◆ WHAT THE EXERCISE ASKS ◆
Look through the entries below for the string "IFCDIRECTION", and copy each line where it is found.

◆ DATA IN THIS EXERCISE ◆
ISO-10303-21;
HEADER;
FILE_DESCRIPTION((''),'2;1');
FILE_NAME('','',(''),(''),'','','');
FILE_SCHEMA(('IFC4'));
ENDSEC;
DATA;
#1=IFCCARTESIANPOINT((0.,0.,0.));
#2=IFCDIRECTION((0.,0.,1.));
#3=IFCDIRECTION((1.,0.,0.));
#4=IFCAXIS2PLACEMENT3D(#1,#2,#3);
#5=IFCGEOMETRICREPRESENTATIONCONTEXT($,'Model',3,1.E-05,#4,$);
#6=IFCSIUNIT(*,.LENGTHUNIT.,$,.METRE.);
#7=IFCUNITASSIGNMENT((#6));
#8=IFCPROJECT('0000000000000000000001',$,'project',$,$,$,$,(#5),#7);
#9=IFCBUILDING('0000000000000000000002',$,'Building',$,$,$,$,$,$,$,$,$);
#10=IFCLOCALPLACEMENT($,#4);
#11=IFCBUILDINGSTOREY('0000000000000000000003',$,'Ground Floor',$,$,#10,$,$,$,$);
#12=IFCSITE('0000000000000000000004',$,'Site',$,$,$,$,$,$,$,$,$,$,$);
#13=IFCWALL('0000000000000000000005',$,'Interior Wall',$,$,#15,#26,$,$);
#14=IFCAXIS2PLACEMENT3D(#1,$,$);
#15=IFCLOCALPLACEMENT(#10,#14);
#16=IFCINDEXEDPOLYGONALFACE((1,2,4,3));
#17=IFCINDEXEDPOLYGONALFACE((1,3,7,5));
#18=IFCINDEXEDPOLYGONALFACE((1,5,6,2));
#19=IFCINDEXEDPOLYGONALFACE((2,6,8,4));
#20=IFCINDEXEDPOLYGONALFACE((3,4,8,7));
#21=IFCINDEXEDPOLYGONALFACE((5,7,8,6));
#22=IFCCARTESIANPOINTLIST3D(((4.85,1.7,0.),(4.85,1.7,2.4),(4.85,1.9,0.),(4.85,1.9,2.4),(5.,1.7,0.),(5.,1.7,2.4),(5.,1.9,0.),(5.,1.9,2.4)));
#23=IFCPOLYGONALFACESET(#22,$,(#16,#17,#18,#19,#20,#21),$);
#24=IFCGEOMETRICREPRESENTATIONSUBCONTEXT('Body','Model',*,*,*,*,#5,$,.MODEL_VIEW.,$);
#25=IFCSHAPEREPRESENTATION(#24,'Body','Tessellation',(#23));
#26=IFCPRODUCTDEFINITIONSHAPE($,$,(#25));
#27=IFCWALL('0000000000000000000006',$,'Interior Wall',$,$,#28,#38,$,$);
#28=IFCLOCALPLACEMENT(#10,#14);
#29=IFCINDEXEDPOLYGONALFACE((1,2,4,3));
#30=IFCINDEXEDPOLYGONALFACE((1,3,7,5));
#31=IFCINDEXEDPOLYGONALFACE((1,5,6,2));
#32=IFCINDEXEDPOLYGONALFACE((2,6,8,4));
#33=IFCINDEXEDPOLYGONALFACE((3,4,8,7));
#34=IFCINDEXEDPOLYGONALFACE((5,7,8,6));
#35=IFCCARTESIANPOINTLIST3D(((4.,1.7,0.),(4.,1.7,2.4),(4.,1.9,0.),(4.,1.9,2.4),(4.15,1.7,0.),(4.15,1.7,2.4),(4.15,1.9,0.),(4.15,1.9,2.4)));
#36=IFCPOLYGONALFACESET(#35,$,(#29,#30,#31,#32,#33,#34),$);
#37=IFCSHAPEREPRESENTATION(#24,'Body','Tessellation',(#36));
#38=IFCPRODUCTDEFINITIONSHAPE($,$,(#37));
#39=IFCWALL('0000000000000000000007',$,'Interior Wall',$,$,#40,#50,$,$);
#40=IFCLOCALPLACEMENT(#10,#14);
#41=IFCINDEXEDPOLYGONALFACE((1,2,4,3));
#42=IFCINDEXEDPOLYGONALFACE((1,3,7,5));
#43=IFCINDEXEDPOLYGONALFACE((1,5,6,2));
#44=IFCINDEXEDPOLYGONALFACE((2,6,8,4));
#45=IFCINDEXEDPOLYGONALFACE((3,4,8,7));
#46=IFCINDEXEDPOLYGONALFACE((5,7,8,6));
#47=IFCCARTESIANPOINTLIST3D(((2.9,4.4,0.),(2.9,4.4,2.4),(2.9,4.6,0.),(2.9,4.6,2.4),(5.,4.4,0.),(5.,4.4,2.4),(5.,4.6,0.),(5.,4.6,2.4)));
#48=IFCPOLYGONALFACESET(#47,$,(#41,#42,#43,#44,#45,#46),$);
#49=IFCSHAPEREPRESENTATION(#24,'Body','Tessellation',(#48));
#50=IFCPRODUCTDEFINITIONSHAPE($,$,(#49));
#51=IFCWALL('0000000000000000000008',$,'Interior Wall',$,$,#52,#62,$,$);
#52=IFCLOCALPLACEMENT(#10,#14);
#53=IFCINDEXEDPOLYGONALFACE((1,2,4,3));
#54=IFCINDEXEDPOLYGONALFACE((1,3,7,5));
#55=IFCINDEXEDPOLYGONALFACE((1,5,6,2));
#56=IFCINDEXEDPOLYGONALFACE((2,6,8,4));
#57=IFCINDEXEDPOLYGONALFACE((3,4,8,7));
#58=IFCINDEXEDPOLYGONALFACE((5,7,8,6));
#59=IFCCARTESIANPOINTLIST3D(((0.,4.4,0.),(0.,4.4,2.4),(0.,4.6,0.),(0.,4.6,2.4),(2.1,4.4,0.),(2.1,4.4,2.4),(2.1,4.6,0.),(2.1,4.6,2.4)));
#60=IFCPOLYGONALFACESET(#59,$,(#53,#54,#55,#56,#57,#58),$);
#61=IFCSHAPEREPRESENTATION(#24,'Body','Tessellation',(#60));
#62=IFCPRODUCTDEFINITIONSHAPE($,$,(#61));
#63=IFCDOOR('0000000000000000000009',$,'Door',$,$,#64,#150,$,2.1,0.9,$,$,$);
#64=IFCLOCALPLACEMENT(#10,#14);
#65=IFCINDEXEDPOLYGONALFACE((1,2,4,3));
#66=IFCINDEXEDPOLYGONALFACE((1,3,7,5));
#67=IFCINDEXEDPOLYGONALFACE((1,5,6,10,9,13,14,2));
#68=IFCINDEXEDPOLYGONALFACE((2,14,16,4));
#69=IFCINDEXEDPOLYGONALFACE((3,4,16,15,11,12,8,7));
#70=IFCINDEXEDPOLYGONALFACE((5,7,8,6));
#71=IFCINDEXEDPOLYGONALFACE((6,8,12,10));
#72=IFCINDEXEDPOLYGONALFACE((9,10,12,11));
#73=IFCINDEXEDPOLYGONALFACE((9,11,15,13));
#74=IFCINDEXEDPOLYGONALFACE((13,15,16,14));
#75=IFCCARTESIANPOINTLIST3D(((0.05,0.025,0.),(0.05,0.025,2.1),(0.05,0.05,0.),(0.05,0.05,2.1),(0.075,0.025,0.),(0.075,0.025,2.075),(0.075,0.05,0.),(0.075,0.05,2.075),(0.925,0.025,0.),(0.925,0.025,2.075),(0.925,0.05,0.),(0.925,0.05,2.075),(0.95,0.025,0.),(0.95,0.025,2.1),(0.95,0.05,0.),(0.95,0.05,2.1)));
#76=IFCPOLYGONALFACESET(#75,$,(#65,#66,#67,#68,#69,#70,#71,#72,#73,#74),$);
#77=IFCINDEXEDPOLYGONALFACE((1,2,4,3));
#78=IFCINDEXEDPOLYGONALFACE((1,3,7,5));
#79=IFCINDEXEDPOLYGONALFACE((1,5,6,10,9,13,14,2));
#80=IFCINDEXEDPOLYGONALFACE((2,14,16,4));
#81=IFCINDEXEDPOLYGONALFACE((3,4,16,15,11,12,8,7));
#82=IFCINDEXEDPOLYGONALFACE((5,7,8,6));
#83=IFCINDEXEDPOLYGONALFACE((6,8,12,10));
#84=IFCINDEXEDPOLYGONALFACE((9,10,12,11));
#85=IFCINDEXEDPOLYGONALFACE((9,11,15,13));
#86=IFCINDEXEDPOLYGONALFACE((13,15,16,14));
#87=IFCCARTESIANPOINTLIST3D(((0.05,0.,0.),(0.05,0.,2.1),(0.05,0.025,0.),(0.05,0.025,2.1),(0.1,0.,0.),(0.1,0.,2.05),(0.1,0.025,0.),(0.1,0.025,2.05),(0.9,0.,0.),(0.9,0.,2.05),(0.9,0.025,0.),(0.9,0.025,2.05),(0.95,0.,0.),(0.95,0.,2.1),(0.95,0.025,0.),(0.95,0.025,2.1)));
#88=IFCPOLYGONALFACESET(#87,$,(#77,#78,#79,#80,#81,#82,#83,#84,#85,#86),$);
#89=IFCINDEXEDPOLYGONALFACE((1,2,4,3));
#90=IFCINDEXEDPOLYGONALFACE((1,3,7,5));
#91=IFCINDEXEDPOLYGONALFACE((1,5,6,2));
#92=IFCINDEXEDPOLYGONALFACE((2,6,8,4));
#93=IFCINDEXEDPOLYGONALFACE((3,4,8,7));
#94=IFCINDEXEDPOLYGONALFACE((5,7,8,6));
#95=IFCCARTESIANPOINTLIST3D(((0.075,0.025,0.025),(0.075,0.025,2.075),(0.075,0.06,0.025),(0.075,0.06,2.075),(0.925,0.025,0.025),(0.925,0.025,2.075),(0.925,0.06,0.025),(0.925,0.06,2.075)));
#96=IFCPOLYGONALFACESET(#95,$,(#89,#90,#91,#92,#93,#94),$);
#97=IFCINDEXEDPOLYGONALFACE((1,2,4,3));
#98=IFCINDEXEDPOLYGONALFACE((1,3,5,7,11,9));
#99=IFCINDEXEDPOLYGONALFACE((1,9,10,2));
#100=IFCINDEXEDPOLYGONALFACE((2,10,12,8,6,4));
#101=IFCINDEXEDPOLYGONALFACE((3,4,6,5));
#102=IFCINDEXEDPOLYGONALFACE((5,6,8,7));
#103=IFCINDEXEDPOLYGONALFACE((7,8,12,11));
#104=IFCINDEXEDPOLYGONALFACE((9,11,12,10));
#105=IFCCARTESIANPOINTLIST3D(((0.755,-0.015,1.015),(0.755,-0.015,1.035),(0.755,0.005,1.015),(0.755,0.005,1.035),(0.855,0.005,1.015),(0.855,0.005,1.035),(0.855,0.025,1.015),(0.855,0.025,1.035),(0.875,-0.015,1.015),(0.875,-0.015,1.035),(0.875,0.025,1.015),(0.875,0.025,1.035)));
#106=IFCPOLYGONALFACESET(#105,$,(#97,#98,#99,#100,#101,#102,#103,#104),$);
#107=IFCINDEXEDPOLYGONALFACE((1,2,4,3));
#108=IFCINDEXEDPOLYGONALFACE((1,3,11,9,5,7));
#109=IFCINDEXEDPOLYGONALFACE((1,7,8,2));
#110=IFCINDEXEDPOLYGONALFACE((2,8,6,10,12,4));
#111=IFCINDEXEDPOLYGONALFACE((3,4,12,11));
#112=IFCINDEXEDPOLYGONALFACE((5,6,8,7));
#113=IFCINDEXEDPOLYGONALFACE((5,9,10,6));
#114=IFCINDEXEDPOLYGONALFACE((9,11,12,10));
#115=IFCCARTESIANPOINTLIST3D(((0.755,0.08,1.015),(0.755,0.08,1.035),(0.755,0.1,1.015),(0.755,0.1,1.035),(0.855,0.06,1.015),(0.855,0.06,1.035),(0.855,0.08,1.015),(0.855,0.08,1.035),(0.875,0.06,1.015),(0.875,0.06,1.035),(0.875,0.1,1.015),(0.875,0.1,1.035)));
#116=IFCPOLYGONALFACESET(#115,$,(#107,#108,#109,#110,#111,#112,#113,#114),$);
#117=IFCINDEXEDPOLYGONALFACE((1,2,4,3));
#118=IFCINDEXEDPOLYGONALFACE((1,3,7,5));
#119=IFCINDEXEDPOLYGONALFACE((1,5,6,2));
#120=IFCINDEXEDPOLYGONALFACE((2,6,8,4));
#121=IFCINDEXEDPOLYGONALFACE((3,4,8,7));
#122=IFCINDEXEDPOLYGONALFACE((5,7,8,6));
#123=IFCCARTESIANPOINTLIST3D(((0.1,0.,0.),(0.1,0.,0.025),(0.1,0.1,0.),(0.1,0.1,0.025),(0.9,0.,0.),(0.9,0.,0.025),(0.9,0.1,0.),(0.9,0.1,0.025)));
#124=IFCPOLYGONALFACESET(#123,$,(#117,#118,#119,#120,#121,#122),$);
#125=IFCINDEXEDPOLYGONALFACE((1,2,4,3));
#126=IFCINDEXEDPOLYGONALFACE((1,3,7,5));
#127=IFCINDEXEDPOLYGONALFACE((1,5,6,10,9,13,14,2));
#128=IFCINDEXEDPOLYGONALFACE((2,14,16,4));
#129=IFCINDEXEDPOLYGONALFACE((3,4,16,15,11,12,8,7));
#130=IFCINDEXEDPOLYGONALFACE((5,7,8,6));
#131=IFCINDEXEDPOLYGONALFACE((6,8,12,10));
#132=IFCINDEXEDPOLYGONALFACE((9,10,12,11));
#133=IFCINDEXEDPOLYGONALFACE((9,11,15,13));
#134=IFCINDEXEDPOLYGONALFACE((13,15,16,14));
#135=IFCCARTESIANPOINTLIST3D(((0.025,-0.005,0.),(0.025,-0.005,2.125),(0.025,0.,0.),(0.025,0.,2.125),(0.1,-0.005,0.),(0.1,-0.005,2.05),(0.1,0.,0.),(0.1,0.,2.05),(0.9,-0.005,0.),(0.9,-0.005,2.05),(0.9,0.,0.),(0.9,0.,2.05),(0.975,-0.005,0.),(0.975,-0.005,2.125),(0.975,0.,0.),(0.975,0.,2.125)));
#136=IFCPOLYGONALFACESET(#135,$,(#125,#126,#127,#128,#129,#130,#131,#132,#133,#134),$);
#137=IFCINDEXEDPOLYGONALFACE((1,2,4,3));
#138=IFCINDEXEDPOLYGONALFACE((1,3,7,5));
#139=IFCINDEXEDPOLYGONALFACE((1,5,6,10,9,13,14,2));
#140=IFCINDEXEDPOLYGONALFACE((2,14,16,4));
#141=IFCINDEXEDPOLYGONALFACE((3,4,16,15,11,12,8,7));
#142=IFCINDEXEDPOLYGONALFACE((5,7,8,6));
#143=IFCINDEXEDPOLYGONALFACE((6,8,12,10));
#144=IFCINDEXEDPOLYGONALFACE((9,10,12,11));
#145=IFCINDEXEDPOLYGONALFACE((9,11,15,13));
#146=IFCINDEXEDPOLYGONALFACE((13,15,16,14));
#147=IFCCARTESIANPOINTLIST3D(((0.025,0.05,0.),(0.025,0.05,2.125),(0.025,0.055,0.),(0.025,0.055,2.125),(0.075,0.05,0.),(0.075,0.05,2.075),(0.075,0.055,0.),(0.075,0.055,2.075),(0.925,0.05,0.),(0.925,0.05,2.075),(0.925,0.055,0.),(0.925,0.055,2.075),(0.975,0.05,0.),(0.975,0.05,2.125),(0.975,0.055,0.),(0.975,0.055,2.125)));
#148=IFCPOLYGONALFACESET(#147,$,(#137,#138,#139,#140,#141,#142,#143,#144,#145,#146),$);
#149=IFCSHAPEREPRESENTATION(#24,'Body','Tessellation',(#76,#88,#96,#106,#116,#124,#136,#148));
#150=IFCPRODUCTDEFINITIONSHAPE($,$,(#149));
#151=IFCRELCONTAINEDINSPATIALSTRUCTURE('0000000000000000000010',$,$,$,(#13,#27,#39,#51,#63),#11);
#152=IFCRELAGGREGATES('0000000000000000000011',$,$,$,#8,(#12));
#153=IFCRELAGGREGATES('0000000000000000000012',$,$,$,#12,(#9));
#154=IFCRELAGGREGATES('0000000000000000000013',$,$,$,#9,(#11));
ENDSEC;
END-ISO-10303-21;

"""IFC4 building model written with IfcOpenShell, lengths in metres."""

from ifc_helpers import new_model, si_unit, frame, origin_with_axes, place, context, subcontext, project, spatial, line, indexed_curve, outline, extrude, element, save


model = new_model("IFC4")

# Units and contexts
model_context = context("Model", 3, precision=1e-05, world=origin_with_axes())
body_context = subcontext(model_context, "Body", "Model", "MODEL_VIEW")
ifc_project = project(units=[si_unit("LENGTHUNIT", "METRE")], contexts=[model_context])

# Site, building, storey
site = spatial("IfcSite", under=ifc_project, Name="Site")
building = spatial("IfcBuilding", under=site, Name="Building")
storey_placement = place(None, origin_with_axes())
storey = spatial("IfcBuildingStorey", under=building, at=storey_placement, Name="Ground Floor")

# Walls
for number, where, z_axis, x_axis, name in (
    (1, (5.0, 1.8, 0.0), (0.0, 0.0, 1.0), (-1.0, 0.0, 0.0), "Interior Wall"),
    (2, (4.15, 1.8, 0.0), (0.0, 0.0, 1.0), (-1.0, 0.0, 0.0), "Interior Wall"),
):
    element("IfcWall", number, at=place(storey_placement, frame(where, z_axis=z_axis, x_axis=x_axis)), inside=storey, Name=name, context=body_context, shape_type="SweptSolid", body=[
        extrude(outline(indexed_curve([(0.0, 0.0), (0.0, 0.2), (0.15, 0.2), (0.15, 0.0), (0.0, 0.0)], self_intersect=False)), frame((0.0, -0.1, 0.0), z_axis=(0.0, 0.0, 1.0), x_axis=(1.0, 0.0, 0.0)), (0.0, 0.0, 1.0), 2.4),
    ])
for number, where, z_axis, x_axis, name in (
    (3, (5.0, 4.5, 0.0), (0.0, 0.0, 1.0), (-1.0, 0.0, 0.0), "Interior Wall"),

◆ RESPONSE AREA ◆
#2=IFCDIRECTION((0.,0.,1.));
#3=IFCDIRECTION((1.,0.,0.));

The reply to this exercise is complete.